WORK ORDER :: Across all the entries below, count each line that holds "NOTDEFINED" and report the figure only.

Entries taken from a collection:
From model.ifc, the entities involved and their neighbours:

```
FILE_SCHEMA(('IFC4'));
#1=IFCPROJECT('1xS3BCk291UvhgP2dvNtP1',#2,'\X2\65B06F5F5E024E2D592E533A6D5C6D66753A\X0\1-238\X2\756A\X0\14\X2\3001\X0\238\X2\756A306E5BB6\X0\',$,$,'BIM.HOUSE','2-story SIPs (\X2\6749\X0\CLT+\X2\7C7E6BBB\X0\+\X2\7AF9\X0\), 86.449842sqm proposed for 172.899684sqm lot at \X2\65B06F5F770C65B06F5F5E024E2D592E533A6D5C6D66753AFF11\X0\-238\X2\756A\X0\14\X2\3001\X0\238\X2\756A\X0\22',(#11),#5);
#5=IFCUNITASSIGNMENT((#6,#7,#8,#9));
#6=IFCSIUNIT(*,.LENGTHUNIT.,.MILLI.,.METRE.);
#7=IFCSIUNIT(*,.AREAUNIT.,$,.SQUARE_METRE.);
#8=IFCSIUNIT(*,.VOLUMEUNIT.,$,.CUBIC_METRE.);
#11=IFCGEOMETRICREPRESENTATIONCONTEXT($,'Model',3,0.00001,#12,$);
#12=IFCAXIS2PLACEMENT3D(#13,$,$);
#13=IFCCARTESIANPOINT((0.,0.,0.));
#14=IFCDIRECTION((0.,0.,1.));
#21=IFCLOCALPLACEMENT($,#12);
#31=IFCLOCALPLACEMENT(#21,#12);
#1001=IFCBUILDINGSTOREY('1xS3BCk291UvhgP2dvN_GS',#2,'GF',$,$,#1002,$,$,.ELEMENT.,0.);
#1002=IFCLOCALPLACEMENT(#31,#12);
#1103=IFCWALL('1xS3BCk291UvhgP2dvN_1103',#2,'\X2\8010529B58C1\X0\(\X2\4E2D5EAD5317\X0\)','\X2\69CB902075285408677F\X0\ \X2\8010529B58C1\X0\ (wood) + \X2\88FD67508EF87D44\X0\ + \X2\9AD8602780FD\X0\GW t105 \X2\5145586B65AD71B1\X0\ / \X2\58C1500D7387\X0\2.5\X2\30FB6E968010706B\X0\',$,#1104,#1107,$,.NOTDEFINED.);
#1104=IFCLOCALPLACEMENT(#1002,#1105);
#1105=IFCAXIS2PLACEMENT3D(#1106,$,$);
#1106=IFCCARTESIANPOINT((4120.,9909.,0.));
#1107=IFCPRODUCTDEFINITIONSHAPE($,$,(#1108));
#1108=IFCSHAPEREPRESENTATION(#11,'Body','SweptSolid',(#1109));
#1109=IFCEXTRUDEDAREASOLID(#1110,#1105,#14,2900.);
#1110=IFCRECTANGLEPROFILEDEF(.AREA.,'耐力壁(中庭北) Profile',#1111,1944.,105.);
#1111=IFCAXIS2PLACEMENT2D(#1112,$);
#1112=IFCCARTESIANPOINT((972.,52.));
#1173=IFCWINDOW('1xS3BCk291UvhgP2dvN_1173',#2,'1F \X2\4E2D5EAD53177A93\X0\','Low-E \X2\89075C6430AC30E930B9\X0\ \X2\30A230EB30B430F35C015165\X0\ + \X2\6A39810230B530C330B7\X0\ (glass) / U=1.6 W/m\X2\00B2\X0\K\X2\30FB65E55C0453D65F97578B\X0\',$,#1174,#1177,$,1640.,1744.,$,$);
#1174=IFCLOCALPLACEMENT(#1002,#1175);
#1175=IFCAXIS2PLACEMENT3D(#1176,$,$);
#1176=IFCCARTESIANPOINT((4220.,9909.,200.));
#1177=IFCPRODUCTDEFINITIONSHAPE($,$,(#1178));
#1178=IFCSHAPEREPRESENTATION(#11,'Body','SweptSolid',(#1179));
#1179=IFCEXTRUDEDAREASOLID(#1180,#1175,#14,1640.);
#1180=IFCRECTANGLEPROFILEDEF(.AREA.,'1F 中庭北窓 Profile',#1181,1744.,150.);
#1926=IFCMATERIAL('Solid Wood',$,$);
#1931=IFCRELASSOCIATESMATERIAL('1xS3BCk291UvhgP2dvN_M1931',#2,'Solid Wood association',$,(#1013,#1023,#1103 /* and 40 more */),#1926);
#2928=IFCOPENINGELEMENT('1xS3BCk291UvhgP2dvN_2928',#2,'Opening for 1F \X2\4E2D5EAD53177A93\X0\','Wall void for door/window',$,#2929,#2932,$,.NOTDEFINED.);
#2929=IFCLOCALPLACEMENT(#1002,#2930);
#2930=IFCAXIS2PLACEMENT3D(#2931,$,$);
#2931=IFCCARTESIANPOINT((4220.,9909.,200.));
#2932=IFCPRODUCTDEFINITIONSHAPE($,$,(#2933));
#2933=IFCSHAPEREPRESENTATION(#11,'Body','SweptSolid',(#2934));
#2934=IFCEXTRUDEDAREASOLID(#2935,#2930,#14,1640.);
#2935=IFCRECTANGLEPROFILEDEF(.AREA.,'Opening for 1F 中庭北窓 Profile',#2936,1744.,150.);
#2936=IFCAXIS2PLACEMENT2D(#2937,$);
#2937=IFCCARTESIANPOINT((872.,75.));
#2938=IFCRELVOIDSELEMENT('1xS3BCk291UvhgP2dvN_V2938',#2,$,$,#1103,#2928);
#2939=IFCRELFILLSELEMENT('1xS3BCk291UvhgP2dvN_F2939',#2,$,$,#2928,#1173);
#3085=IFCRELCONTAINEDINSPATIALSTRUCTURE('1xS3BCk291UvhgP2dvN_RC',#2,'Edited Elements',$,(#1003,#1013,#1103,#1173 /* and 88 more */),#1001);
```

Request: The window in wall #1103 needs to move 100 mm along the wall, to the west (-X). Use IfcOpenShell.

```python
import ifcopenshell
import ifcopenshell.api.geometry
import ifcopenshell.util.placement
import ifcopenshell.util.unit

model = ifcopenshell.open("model.ifc")
unit_scale = ifcopenshell.util.unit.calculate_unit_scale(model)

window = model.by_guid("1xS3BCk291UvhgP2dvN_1173")
opening = window.FillsVoids[0].RelatingOpeningElement
wall = opening.VoidsElements[0].RelatingBuildingElement

wall_matrix = ifcopenshell.util.placement.get_local_placement(wall.ObjectPlacement)
shift = wall_matrix[:3, 0] * -0.1 / unit_scale
before = ifcopenshell.util.placement.get_local_placement(window.ObjectPlacement)[:3, 3].copy()

# The window is not placed relative to its opening, so move both.
for product in (opening, window):
    matrix = ifcopenshell.util.placement.get_local_placement(product.ObjectPlacement)
    matrix[:3, 3] += shift
    ifcopenshell.api.geometry.edit_object_placement(model, product=product, matrix=matrix, is_si=False)

after = ifcopenshell.util.placement.get_local_placement(window.ObjectPlacement)[:3, 3]
print("window moved by", (after - before).round(3) + 0.0)

model.write("model_v2.ifc")
```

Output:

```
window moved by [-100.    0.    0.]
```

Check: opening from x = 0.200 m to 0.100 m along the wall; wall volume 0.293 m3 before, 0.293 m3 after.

OUTPUT FOR THIS TASK :: 2